[EXCERPTED RECORDS]

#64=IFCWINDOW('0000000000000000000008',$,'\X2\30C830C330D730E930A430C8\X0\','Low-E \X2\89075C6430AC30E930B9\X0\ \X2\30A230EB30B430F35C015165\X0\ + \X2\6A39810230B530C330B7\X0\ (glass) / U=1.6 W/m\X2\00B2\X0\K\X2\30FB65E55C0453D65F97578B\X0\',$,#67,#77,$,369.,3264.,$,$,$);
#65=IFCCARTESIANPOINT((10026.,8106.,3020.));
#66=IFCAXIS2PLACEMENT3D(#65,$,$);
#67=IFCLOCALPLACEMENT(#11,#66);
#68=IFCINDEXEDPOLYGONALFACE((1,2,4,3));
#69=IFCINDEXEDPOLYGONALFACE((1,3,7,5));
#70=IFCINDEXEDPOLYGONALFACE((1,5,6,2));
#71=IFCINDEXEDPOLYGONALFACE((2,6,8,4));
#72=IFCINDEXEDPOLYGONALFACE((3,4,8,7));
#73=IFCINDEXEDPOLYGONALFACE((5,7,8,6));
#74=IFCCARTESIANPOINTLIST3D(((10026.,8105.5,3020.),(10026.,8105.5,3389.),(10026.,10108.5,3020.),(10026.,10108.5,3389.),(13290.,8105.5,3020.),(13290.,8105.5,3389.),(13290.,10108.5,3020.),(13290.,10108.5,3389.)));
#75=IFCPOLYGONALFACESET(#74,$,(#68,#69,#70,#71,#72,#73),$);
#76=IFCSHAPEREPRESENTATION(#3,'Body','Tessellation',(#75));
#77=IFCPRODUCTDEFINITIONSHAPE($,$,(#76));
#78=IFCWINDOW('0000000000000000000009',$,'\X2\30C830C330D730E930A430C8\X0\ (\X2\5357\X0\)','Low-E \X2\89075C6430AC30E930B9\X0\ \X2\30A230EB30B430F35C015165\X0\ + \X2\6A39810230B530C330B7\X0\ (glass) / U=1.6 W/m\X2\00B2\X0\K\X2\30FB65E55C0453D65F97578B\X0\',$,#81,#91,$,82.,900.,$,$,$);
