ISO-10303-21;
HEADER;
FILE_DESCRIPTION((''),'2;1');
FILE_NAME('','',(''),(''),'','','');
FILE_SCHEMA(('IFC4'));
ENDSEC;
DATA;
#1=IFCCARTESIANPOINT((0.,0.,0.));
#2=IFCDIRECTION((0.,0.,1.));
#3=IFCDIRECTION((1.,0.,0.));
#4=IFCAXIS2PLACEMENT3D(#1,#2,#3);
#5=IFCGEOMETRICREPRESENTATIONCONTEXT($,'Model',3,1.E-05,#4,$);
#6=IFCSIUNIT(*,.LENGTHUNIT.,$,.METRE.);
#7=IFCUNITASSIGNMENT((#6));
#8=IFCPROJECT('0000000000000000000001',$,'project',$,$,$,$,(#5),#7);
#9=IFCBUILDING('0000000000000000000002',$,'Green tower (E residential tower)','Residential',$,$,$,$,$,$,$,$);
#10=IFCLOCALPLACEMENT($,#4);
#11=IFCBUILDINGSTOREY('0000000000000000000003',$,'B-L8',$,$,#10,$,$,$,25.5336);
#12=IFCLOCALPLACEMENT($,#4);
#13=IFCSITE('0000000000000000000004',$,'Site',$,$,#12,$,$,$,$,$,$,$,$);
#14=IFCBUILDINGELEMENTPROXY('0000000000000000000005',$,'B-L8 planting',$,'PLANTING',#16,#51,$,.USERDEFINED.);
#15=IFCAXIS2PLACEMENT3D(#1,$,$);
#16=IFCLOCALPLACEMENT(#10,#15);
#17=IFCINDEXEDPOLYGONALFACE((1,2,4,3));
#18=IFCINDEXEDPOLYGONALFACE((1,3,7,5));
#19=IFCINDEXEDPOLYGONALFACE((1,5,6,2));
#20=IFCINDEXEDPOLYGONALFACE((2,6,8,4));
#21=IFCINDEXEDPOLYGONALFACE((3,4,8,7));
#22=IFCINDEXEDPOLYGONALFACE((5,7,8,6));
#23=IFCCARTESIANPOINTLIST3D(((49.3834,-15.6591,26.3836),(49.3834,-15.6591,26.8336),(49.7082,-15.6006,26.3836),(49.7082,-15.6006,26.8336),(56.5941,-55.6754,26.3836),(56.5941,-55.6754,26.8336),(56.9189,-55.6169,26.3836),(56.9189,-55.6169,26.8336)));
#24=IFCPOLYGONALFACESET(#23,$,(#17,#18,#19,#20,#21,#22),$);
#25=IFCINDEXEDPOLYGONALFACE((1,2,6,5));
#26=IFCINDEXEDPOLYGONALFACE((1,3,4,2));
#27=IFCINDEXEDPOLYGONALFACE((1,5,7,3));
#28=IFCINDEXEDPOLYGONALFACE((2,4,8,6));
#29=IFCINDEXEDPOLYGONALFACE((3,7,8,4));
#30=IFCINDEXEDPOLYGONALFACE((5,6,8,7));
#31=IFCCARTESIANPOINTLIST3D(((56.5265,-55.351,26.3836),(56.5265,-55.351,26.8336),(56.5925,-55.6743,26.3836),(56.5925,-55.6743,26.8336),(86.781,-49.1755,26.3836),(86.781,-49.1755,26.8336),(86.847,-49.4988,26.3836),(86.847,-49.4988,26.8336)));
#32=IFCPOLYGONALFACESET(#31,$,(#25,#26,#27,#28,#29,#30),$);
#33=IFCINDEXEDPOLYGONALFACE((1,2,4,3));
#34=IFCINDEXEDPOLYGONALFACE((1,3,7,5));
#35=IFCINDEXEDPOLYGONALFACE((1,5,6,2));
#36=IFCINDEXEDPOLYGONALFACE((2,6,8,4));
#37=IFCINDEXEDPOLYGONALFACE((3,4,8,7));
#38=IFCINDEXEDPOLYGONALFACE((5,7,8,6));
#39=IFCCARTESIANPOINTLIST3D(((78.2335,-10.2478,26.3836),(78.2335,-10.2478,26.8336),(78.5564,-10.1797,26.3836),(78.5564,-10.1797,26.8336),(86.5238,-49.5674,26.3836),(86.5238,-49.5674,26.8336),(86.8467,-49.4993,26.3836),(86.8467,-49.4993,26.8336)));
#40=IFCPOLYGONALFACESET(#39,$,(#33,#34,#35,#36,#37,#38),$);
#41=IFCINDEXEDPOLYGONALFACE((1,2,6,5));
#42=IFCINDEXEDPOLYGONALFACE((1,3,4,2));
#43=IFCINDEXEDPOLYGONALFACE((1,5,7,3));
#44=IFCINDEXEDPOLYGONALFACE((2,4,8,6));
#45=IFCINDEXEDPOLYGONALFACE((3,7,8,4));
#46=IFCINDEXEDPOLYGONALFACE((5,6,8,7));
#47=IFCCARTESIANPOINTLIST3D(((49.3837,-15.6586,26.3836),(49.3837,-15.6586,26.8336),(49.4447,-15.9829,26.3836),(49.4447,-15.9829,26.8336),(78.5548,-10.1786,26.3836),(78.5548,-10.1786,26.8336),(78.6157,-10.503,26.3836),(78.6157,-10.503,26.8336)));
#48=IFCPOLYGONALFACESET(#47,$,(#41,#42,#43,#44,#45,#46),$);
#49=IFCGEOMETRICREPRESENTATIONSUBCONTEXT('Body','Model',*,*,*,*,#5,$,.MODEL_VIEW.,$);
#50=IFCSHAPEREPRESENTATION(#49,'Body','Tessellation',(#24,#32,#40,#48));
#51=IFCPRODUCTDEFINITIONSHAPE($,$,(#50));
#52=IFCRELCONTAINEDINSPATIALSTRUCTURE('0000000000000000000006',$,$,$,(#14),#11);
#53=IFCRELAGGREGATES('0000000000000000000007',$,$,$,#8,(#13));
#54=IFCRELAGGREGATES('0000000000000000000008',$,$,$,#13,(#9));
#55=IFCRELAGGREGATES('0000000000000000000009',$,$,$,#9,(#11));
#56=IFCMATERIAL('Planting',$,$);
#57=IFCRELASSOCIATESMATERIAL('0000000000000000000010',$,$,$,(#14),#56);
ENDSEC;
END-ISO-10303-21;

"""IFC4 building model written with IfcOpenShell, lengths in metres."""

from ifc_helpers import new_model, si_unit, frame, origin_with_axes, place, context, subcontext, project, spatial, polyline, outline, extrude, material, element, save


model = new_model("IFC4")

# Units and contexts
model_context = context("Model", 3, precision=1e-05, world=origin_with_axes())
body_context = subcontext(model_context, "Body", "Model", "MODEL_VIEW")
ifc_project = project(units=[si_unit("LENGTHUNIT", "METRE")], contexts=[model_context])

# Site, building, storey
site_placement = place(None, origin_with_axes())
site = spatial("IfcSite", under=ifc_project, at=site_placement, Name="Site")
building = spatial("IfcBuilding", under=site, Name="Green tower (E residential tower)", Description="Residential")
storey_placement = place(None, origin_with_axes())
storey = spatial("IfcBuildingStorey", under=building, at=storey_placement, Name="B-L8", Elevation=25.5336)

# Building element proxy
ifc_material_1 = material(Name="Planting")
proxy_1_placement = place(storey_placement, origin_with_axes())
element("IfcBuildingElementProxy", 1, at=proxy_1_placement, inside=storey, material=ifc_material_1, Name="B-L8 planting", ObjectType="PLANTING", PredefinedType="USERDEFINED", context=body_context, shape_type="SweptSolid", body=[
    extrude(outline(polyline([(49.3834, -15.6591), (56.5941, -55.6754), (56.9189, -55.6169), (49.7082, -15.6006), (49.3834, -15.6591)])), frame((0.0, 0.0, 26.3836), z_axis=(0.0, 0.0, 1.0), x_axis=(1.0, 0.0, 0.0)), (0.0, 0.0, 1.0), 0.45),
    extrude(outline(polyline([(56.5925, -55.6743), (86.847, -49.4988), (86.781, -49.1755), (56.5265, -55.351), (56.5925, -55.6743)])), frame((0.0, 0.0, 26.3836), z_axis=(0.0, 0.0, 1.0), x_axis=(1.0, 0.0, 0.0)), (0.0, 0.0, 1.0), 0.45),
    extrude(outline(polyline([(86.8467, -49.4993), (78.5564, -10.1797), (78.2335, -10.2478), (86.5238, -49.5674), (86.8467, -49.4993)])), frame((0.0, 0.0, 26.3836), z_axis=(0.0, 0.0, 1.0), x_axis=(1.0, 0.0, 0.0)), (0.0, 0.0, 1.0), 0.45),
    extrude(outline(polyline([(78.5548, -10.1786), (49.3837, -15.6586), (49.4447, -15.9829), (78.6157, -10.503), (78.5548, -10.1786)])), frame((0.0, 0.0, 26.3836), z_axis=(0.0, 0.0, 1.0), x_axis=(1.0, 0.0, 0.0)), (0.0, 0.0, 1.0), 0.45),
])

save(model, "model.ifc")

[/EXCERPTED RECORDS]

* WORK TO COMPLETE
From the records above, copy only the lines starting with the line that holds "#4=IFCAXIS2PLACEMENT3D(#1,#2,#3);" and going on through the line that holds "#22=IFCINDEXEDPOLYGONALFACE((5,7,8,6));", exactly as written.

* WRITTEN REPLY
#4=IFCAXIS2PLACEMENT3D(#1,#2,#3);
#5=IFCGEOMETRICREPRESENTATIONCONTEXT($,'Model',3,1.E-05,#4,$);
#6=IFCSIUNIT(*,.LENGTHUNIT.,$,.METRE.);
#7=IFCUNITASSIGNMENT((#6));
#8=IFCPROJECT('0000000000000000000001',$,'project',$,$,$,$,(#5),#7);
#9=IFCBUILDING('0000000000000000000002',$,'Green tower (E residential tower)','Residential',$,$,$,$,$,$,$,$);
#10=IFCLOCALPLACEMENT($,#4);
#11=IFCBUILDINGSTOREY('0000000000000000000003',$,'B-L8',$,$,#10,$,$,$,25.5336);
#12=IFCLOCALPLACEMENT($,#4);
#13=IFCSITE('0000000000000000000004',$,'Site',$,$,#12,$,$,$,$,$,$,$,$);
#14=IFCBUILDINGELEMENTPROXY('0000000000000000000005',$,'B-L8 planting',$,'PLANTING',#16,#51,$,.USERDEFINED.);
#15=IFCAXIS2PLACEMENT3D(#1,$,$);
#16=IFCLOCALPLACEMENT(#10,#15);
#17=IFCINDEXEDPOLYGONALFACE((1,2,4,3));
#18=IFCINDEXEDPOLYGONALFACE((1,3,7,5));
#19=IFCINDEXEDPOLYGONALFACE((1,5,6,2));
#20=IFCINDEXEDPOLYGONALFACE((2,6,8,4));
#21=IFCINDEXEDPOLYGONALFACE((3,4,8,7));
#22=IFCINDEXEDPOLYGONALFACE((5,7,8,6));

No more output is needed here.